▶ Excerpted records:
- Opening Delimiter -

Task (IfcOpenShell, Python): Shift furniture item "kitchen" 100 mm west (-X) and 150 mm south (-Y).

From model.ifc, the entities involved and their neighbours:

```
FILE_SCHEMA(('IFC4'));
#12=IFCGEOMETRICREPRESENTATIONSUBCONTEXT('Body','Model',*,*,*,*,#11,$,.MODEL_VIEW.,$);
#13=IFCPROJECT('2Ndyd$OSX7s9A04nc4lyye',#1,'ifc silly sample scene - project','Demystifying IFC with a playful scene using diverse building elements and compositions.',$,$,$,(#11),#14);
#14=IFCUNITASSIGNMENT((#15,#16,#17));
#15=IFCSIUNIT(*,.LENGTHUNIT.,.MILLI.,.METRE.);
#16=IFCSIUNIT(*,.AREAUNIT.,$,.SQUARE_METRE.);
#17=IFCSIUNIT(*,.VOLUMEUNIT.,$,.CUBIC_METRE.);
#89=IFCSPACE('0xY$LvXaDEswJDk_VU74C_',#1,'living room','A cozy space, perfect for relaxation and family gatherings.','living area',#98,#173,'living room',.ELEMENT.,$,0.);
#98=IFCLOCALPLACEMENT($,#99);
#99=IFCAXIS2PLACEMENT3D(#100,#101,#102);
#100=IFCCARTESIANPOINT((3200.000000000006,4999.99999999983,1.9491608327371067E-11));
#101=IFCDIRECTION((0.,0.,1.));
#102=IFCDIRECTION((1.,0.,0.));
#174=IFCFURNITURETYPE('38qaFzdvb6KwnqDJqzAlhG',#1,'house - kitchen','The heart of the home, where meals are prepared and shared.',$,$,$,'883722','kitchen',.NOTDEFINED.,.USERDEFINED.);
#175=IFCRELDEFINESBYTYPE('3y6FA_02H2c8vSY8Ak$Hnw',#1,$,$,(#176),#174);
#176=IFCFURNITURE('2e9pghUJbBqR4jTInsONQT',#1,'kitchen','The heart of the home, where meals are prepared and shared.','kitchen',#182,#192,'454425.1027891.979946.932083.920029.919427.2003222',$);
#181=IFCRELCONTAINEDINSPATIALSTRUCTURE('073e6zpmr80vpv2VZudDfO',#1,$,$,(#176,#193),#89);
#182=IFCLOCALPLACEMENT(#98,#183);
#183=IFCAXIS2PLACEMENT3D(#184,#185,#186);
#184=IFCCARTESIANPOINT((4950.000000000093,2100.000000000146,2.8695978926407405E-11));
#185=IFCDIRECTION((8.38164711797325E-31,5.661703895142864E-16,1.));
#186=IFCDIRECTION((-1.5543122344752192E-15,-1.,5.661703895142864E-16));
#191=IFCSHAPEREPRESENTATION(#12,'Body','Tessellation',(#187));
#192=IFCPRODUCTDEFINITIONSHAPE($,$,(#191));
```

```python
import ifcopenshell
import ifcopenshell.api.geometry
import ifcopenshell.util.placement

model = ifcopenshell.open("model.ifc")

item = model.by_id(176)
matrix = ifcopenshell.util.placement.get_local_placement(item.ObjectPlacement)
matrix[0, 3] -= 100.0
matrix[1, 3] -= 150.0
ifcopenshell.api.geometry.edit_object_placement(model, product=item, matrix=matrix, is_si=False)

print(ifcopenshell.util.placement.get_local_placement(item.ObjectPlacement).round(3) + 0.0)

model.write("model_rev.ifc")
```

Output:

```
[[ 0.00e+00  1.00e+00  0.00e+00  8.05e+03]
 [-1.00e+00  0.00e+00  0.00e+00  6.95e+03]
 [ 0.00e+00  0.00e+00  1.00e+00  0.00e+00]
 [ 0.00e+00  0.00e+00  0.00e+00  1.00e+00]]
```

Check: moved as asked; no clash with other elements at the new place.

- Closing Delimiter -

Exactly reproduce the entries in their entirety.

Task (IfcOpenShell, Python): Shift furniture item "kitchen" 100 mm west (-X) and 150 mm south (-Y).

From model.ifc, the entities involved and their neighbours:

```
FILE_SCHEMA(('IFC4'));
#12=IFCGEOMETRICREPRESENTATIONSUBCONTEXT('Body','Model',*,*,*,*,#11,$,.MODEL_VIEW.,$);
#13=IFCPROJECT('2Ndyd$OSX7s9A04nc4lyye',#1,'ifc silly sample scene - project','Demystifying IFC with a playful scene using diverse building elements and compositions.',$,$,$,(#11),#14);
#14=IFCUNITASSIGNMENT((#15,#16,#17));
#15=IFCSIUNIT(*,.LENGTHUNIT.,.MILLI.,.METRE.);
#16=IFCSIUNIT(*,.AREAUNIT.,$,.SQUARE_METRE.);
#17=IFCSIUNIT(*,.VOLUMEUNIT.,$,.CUBIC_METRE.);
#89=IFCSPACE('0xY$LvXaDEswJDk_VU74C_',#1,'living room','A cozy space, perfect for relaxation and family gatherings.','living area',#98,#173,'living room',.ELEMENT.,$,0.);
#98=IFCLOCALPLACEMENT($,#99);
#99=IFCAXIS2PLACEMENT3D(#100,#101,#102);
#100=IFCCARTESIANPOINT((3200.000000000006,4999.99999999983,1.9491608327371067E-11));
#101=IFCDIRECTION((0.,0.,1.));
#102=IFCDIRECTION((1.,0.,0.));
#174=IFCFURNITURETYPE('38qaFzdvb6KwnqDJqzAlhG',#1,'house - kitchen','The heart of the home, where meals are prepared and shared.',$,$,$,'883722','kitchen',.NOTDEFINED.,.USERDEFINED.);
#175=IFCRELDEFINESBYTYPE('3y6FA_02H2c8vSY8Ak$Hnw',#1,$,$,(#176),#174);
#176=IFCFURNITURE('2e9pghUJbBqR4jTInsONQT',#1,'kitchen','The heart of the home, where meals are prepared and shared.','kitchen',#182,#192,'454425.1027891.979946.932083.920029.919427.2003222',$);
#181=IFCRELCONTAINEDINSPATIALSTRUCTURE('073e6zpmr80vpv2VZudDfO',#1,$,$,(#176,#193),#89);
#182=IFCLOCALPLACEMENT(#98,#183);
#183=IFCAXIS2PLACEMENT3D(#184,#185,#186);
#184=IFCCARTESIANPOINT((4950.000000000093,2100.000000000146,2.8695978926407405E-11));
#185=IFCDIRECTION((8.38164711797325E-31,5.661703895142864E-16,1.));
#186=IFCDIRECTION((-1.5543122344752192E-15,-1.,5.661703895142864E-16));
#191=IFCSHAPEREPRESENTATION(#12,'Body','Tessellation',(#187));
#192=IFCPRODUCTDEFINITIONSHAPE($,$,(#191));
```

```python
import ifcopenshell
import ifcopenshell.api.geometry
import ifcopenshell.util.placement

model = ifcopenshell.open("model.ifc")

item = model.by_id(176)
matrix = ifcopenshell.util.placement.get_local_placement(item.ObjectPlacement)
matrix[0, 3] -= 100.0
matrix[1, 3] -= 150.0
ifcopenshell.api.geometry.edit_object_placement(model, product=item, matrix=matrix, is_si=False)

print(ifcopenshell.util.placement.get_local_placement(item.ObjectPlacement).round(3) + 0.0)

model.write("model_rev.ifc")
```

Output:

```
[[ 0.00e+00  1.00e+00  0.00e+00  8.05e+03]
 [-1.00e+00  0.00e+00  0.00e+00  6.95e+03]
 [ 0.00e+00  0.00e+00  1.00e+00  0.00e+00]
 [ 0.00e+00  0.00e+00  0.00e+00  1.00e+00]]
```

Check: moved as asked; no clash with other elements at the new place.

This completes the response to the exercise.